Analysis of miRNA Function During Eye Development and Retinal Regeneration

眼睛发育和视网膜再生过程中 miRNA 功能分析

• 批准号: 8039909
• 负责人: James G. Patton
• 金额: $ 18.69万
• 依托单位: VANDERBILT UNIVERSITY
• 依托单位国家: 美国
• 财政年份: 2010
• 资助国家: 美国
• 起止时间: 2010-04-01 至 2013-03-31
• 项目状态: 已结题
• 来源: https://reporter.nih.gov/project-details/8039909
• 关键词: Affect; American; Antibodies; Archives; Biological Models; Blindness; Cells; Circadian Rhythms; Complex; Disease; Eye; Eye Development; Eye diseases; Family; Fishes; Functional RNA; Gene Expression; Genes; Health; Human; Incidence; Light; Longevity; Mediating; Messenger RNA; Methodology; MicroRNAs; Modeling; Mus; N-Methylaspartate; Natural regeneration; Neuroglia; Nucleotides; Oligonucleotides; Pathway interactions; Patients; Pattern; Photoreceptors; Play; Process; RNA; Regulator Genes; Reporter; Repression; Retina; Retinal; Retinal Degeneration; Retinal Diseases; Role; Signal Transduction; Testing; Translations; Vision; Zebrafish; blastema; functional restoration; gain of function; human disease; light treatment; loss of function; nerve stem cell; programs; public health relevance; repaired; research study; retinal damage; retinal neuron; retinal regeneration; stem; therapeutic target; tool; vertebrate genome

DESCRIPTION (provided by applicant): A number of non-coding RNAs have been discovered in the last few years, the best characterized of which are a family of 21-23 nucleotide RNAs referred to as microRNAs (miRNAs). Vertebrate genomes encode hundreds of miRNAs that regulate gene expression at the post-transcriptional level, primarily through repression of translation. Despite progress in elucidating the processing pathways and effector complexes that carry out miRNA function, precious little is known about the exact target mRNAs controlled by miRNAs. We have been using zebrafish as a model system to identify miRNA targets. Here, we propose to perform microarrays to identify miRNAs that are differentially expressed during zebrafish retinal regeneration and then functionally test the involvement of such miRNAs to identify key genes and regulatory cascades that control retinal regeneration. PUBLIC HEALTH RELEVANCE: For humans, increased life span will increase the numbers of patients suffering from one or more eye diseases. Currently, blindness or impaired vision affects over 3 million Americans but that number is expected to increase to over 5 million just by 2020 (Archives of Opthalmology, April, 2004) (Ferris III and Tielsch, 2004). Many diseases of the human eye involve loss, damage or degeneration of photoreceptor cells but in contrast to fish, regeneration is mostly absent. This proposal seeks to understand the mechanisms of retinal regeneration in the hopes that understanding the signals that allow such regeneration might identify therapeutic targets to restore or preserve photoreceptors.

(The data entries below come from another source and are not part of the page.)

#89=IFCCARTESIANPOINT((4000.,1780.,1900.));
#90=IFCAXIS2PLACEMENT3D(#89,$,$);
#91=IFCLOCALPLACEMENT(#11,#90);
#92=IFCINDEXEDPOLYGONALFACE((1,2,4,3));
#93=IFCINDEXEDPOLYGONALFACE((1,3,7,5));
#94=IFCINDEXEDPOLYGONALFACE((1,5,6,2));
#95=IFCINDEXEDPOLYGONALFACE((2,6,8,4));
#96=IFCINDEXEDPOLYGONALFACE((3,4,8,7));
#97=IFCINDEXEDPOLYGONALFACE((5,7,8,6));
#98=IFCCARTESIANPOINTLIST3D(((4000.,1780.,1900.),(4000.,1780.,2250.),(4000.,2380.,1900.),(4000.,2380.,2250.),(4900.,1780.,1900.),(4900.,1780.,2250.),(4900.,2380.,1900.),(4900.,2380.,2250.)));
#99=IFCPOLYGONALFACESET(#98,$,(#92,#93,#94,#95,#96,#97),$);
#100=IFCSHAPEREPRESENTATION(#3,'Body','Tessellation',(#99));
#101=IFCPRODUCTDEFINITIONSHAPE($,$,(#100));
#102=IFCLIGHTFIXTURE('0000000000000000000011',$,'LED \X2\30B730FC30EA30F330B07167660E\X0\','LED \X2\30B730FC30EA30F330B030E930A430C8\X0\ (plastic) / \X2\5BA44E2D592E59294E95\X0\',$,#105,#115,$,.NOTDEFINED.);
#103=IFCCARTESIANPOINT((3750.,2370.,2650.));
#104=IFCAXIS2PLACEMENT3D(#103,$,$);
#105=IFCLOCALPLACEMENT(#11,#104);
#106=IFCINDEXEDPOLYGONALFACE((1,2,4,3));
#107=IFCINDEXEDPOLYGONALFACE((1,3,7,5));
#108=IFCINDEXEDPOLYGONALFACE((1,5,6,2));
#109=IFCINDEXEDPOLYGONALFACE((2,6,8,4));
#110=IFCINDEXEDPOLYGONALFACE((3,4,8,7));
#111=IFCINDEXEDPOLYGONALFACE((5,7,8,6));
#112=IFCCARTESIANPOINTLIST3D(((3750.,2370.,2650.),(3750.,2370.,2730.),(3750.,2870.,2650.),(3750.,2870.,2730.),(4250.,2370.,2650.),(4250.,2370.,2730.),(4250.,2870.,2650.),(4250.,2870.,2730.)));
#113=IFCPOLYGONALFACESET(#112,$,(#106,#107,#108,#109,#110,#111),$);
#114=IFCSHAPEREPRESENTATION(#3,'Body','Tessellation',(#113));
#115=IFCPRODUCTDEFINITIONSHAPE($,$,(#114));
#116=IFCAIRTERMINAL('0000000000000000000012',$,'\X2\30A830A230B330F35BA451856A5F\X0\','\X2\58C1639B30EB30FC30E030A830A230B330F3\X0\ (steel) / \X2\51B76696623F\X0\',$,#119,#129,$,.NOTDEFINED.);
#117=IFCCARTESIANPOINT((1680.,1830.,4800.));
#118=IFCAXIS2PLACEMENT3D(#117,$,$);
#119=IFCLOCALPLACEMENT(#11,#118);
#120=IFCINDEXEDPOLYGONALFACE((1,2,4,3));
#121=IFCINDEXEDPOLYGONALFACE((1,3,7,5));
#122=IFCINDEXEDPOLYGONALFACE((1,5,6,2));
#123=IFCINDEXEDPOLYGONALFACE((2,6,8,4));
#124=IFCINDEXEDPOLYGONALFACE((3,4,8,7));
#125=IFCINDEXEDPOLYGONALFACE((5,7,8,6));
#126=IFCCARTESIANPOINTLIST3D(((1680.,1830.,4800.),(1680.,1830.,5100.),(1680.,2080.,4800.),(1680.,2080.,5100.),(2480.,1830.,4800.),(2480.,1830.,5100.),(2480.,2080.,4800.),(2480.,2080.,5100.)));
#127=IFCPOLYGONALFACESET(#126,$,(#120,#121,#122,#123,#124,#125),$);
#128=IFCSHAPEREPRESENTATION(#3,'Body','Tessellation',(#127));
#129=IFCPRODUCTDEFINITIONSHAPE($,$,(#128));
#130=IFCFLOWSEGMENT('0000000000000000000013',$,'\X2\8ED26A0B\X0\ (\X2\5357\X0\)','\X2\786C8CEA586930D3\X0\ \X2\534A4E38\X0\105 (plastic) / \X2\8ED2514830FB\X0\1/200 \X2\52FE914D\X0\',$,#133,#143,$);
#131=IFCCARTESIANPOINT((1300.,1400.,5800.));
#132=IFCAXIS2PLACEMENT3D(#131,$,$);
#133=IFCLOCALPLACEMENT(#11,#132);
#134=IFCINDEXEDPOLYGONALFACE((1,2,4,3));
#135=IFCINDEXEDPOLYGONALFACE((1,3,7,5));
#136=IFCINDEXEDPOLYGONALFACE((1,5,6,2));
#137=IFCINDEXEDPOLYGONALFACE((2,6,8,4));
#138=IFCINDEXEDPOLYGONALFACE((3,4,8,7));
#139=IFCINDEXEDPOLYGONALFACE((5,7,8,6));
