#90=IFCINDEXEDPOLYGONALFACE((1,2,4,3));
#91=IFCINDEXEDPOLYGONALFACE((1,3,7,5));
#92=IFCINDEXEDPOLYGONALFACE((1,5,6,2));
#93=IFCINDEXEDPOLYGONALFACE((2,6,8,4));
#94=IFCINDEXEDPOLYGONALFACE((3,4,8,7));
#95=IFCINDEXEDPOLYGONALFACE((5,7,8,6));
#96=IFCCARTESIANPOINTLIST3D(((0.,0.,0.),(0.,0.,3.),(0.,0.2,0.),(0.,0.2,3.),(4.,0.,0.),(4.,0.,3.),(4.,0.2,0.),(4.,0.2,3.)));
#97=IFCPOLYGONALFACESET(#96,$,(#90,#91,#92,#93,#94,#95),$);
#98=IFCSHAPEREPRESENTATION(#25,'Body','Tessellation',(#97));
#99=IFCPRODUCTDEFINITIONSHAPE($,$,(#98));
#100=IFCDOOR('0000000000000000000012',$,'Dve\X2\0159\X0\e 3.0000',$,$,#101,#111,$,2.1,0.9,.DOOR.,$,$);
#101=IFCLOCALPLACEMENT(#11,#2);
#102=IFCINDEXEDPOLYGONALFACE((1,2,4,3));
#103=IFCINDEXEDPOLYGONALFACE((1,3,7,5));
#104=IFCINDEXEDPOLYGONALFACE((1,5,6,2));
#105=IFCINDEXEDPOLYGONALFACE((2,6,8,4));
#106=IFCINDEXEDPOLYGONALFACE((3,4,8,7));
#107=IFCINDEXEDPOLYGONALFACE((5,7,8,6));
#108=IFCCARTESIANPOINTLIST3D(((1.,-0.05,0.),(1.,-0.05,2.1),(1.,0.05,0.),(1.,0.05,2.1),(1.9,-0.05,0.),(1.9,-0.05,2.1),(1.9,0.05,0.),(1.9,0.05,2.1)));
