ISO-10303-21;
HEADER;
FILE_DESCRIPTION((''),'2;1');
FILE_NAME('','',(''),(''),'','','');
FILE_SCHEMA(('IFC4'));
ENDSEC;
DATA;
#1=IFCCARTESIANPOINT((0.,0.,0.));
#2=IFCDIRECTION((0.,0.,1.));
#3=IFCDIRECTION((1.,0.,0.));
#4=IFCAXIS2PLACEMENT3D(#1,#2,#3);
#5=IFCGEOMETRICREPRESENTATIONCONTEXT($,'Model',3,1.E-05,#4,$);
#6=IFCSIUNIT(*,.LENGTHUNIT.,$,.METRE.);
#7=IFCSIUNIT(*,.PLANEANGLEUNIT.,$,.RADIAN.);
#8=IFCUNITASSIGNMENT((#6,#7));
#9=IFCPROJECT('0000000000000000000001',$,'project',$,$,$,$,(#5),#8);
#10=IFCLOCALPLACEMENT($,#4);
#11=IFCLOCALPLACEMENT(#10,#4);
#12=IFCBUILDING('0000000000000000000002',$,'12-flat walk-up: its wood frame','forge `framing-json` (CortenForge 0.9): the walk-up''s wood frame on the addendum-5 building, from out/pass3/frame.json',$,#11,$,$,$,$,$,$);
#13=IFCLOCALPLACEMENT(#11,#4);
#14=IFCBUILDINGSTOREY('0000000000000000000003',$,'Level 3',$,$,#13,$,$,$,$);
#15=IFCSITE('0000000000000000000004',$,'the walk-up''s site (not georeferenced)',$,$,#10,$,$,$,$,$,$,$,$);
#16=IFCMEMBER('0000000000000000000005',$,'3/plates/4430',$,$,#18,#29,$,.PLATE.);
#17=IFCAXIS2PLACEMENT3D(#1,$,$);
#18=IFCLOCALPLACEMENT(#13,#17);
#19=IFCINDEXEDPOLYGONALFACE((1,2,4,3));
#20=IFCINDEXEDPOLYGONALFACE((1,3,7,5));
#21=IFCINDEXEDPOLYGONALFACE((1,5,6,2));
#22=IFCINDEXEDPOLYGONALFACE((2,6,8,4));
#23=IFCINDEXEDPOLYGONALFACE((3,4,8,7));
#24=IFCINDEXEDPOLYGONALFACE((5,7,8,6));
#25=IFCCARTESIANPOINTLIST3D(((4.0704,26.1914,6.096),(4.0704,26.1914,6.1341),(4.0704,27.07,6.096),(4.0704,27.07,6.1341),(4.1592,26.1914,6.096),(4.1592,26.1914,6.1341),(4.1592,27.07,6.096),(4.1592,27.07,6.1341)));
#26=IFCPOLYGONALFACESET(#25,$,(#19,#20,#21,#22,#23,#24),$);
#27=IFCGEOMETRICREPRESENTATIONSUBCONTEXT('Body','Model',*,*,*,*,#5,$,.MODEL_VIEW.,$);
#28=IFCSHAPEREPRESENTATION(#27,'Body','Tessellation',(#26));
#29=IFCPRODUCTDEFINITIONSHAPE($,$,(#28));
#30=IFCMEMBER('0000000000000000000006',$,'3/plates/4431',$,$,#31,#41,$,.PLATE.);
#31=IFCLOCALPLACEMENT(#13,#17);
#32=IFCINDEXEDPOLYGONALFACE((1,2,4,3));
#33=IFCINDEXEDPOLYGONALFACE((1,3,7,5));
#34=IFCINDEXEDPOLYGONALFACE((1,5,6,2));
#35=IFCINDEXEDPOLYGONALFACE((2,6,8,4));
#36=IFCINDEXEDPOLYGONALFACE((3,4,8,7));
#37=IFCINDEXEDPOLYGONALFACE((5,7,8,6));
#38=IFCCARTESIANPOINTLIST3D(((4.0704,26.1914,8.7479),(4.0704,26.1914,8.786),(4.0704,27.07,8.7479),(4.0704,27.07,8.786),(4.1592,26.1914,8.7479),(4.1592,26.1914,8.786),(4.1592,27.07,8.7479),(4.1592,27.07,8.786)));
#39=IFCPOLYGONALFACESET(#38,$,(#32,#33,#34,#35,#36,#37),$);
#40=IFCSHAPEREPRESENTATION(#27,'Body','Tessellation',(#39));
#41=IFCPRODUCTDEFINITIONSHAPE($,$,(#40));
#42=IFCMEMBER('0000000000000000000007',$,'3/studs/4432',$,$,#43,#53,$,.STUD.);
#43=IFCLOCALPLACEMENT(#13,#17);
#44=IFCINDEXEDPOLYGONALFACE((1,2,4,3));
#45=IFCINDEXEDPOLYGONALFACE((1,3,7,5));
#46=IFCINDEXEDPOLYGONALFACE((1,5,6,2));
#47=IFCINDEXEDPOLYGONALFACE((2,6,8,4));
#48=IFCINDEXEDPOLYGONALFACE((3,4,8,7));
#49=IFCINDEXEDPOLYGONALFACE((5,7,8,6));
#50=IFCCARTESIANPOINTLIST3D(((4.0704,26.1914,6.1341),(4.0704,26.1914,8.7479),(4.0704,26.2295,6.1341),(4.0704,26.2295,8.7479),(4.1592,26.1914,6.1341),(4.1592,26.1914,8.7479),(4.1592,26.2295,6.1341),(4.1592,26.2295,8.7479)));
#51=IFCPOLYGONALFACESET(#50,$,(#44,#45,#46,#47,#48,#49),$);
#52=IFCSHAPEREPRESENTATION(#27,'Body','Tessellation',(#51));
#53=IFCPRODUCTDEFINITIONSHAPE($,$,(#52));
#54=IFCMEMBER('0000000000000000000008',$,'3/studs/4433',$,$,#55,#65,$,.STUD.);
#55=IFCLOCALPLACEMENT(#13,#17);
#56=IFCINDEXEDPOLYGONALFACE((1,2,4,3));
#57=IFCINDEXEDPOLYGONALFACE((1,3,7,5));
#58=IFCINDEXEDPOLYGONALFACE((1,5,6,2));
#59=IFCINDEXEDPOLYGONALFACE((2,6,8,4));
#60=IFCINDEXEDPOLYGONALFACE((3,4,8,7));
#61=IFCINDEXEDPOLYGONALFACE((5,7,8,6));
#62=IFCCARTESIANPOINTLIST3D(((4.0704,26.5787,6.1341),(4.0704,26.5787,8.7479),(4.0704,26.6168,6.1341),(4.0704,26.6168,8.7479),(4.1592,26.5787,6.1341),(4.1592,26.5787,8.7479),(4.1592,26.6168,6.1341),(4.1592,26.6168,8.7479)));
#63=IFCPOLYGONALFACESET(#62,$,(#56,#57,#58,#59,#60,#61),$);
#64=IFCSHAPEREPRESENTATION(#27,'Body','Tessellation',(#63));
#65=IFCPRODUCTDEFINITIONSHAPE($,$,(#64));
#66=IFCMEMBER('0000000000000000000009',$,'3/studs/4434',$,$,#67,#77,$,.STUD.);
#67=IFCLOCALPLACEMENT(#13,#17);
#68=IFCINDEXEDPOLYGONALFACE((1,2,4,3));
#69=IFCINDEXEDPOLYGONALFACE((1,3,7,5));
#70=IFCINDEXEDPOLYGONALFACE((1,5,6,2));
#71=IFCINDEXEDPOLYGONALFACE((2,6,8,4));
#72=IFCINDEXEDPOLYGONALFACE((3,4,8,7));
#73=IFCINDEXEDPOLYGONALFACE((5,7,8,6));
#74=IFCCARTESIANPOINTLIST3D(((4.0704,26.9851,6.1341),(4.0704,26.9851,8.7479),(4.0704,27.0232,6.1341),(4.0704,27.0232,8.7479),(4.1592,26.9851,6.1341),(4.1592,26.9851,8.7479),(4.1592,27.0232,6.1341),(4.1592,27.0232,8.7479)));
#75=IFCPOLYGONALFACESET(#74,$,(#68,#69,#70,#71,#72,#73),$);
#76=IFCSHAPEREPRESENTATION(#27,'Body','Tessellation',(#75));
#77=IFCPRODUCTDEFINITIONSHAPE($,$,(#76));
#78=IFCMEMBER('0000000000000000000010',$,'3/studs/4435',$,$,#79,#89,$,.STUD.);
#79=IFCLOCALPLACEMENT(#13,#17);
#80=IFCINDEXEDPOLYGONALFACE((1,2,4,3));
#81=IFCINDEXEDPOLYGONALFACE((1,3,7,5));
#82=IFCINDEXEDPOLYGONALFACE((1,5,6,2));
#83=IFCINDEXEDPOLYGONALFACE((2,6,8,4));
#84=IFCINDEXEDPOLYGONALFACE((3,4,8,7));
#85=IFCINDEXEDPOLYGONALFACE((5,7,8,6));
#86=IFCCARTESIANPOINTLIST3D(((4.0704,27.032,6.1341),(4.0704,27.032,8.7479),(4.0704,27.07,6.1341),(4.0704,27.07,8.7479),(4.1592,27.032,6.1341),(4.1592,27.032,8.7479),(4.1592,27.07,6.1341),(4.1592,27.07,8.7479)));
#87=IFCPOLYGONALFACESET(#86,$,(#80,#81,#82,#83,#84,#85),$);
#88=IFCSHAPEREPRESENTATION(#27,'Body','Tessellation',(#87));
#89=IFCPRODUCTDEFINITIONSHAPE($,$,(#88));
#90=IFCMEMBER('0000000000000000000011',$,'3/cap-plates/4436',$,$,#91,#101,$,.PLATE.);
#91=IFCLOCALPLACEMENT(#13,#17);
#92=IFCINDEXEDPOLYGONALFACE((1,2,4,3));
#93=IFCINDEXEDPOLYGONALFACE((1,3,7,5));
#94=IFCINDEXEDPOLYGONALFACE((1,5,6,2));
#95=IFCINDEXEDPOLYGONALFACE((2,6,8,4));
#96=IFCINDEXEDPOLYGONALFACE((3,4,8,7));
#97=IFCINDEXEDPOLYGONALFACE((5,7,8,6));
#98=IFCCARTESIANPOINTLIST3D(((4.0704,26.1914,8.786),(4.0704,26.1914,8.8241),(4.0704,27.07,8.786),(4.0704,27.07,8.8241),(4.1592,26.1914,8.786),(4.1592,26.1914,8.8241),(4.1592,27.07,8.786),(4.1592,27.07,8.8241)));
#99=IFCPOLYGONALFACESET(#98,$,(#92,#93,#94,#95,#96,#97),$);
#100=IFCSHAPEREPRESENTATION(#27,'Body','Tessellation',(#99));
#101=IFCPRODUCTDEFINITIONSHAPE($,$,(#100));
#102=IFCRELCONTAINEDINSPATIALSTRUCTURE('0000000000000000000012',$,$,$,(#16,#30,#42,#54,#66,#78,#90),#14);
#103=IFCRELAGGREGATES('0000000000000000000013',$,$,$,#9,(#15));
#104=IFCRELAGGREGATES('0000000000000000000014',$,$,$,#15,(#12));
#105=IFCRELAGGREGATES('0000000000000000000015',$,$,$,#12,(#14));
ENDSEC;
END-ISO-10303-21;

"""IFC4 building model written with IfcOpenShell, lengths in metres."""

from ifc_helpers import new_model, si_unit, frame, frame_2d, origin, origin_with_axes, place, context, subcontext, project, spatial, rectangle, extrude, element, save


model = new_model("IFC4")

# Units and contexts
model_context = context("Model", 3, precision=1e-05, world=origin_with_axes())
body_context = subcontext(model_context, "Body", "Model", "MODEL_VIEW")
ifc_project = project(units=[si_unit("LENGTHUNIT", "METRE"), si_unit("PLANEANGLEUNIT", "RADIAN")], contexts=[model_context])

# Site, building, storey
site_placement = place(None, origin_with_axes())
site = spatial("IfcSite", under=ifc_project, at=site_placement, Name="the walk-up's site (not georeferenced)")
building_placement = place(site_placement, origin_with_axes())
building = spatial("IfcBuilding", under=site, at=building_placement, Name="12-flat walk-up: its wood frame", Description="forge `framing-json` (CortenForge 0.9): the walk-up's wood frame on the addendum-5 building, from out/pass3/frame.json")
storey_placement = place(building_placement, origin_with_axes())
storey = spatial("IfcBuildingStorey", under=building, at=storey_placement, Name="Level 3")

# Members
for number, where, z_axis, x_axis, name in (
    (1, (4.0704, 26.1914, 6.096), (0.0, 0.0, 1.0), (1.0, 0.0, 0.0), "3/plates/4430"),
    (2, (4.0704, 26.1914, 8.7479), (0.0, 0.0, 1.0), (1.0, 0.0, 0.0), "3/plates/4431"),
):
    element("IfcMember", number, at=place(storey_placement, frame(where, z_axis=z_axis, x_axis=x_axis)), inside=storey, Name=name, PredefinedType="PLATE", context=body_context, shape_type="SweptSolid", body=[
        extrude(rectangle(XDim=0.0889, YDim=0.8787, at=frame_2d((0.0444, 0.4393))), origin(), (0.0, 0.0, 1.0), 0.0381),
    ])
for number, where, z_axis, x_axis, name in (
    (3, (4.0704, 26.1914, 6.1341), (0.0, 0.0, 1.0), (1.0, 0.0, 0.0), "3/studs/4432"),
    (4, (4.0704, 26.5787, 6.1341), (0.0, 0.0, 1.0), (1.0, 0.0, 0.0), "3/studs/4433"),
    (5, (4.0704, 26.9851, 6.1341), (0.0, 0.0, 1.0), (1.0, 0.0, 0.0), "3/studs/4434"),
    (6, (4.0704, 27.0319, 6.1341), (0.0, 0.0, 1.0), (1.0, 0.0, 0.0), "3/studs/4435"),
):
    element("IfcMember", number, at=place(storey_placement, frame(where, z_axis=z_axis, x_axis=x_axis)), inside=storey, Name=name, PredefinedType="STUD", context=body_context, shape_type="SweptSolid", body=[
        extrude(rectangle(XDim=0.0889, YDim=0.0381, at=frame_2d((0.0444, 0.0191))), origin(), (0.0, 0.0, 1.0), 2.6138),
    ])
member_1_placement = place(storey_placement, frame((4.0704, 26.1914, 8.786), z_axis=(0.0, 0.0, 1.0), x_axis=(1.0, 0.0, 0.0)))
element("IfcMember", 7, at=member_1_placement, inside=storey, Name="3/cap-plates/4436", PredefinedType="PLATE", context=body_context, shape_type="SweptSolid", body=[
    extrude(rectangle(XDim=0.0889, YDim=0.8787, at=frame_2d((0.0444, 0.4393))), origin(), (0.0, 0.0, 1.0), 0.0381),
])

save(model, "model.ifc")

描述（由申请人提供）：过去几年中发现了许多非编码RNA，其中最具特征的是被称为microRNA（miRNA）的21-23个核苷酸RNA家族。脊椎动物基因组编码数百种 miRNA，这些 miRNA 主要通过抑制翻译来在转录后水平调节基因表达。尽管在阐明执行 miRNA 功能的加工途径和效应复合物方面取得了进展，但人们对 miRNA 控制的确切靶 mRNA 知之甚少。我们一直使用斑马鱼作为模型系统来识别 miRNA 靶点。在这里，我们建议进行微阵列来识别斑马鱼视网膜再生过程中差异表达的 miRNA，然后对此类 miRNA 的参与进行功能测试，以确定控制视网膜再生的关键基因和调控级联。 公共卫生相关性：对于人类来说，寿命的延长将增加患有一种或多种眼部疾病的患者数量。目前，失明或视力受损影响着超过 300 万美国人，但预计到 2020 年这一数字将增加到超过 500 万（眼科档案馆，2004 年 4 月）（Ferris III 和 Tielsch，2004 年）。人眼的许多疾病都与感光细胞的损失、损伤或退化有关，但与鱼类不同的是，感光细胞大多不存在再生。该提案旨在了解视网膜再生的机制，希望了解允许这种再生的信号可以确定恢复或保护光感受器的治疗靶点。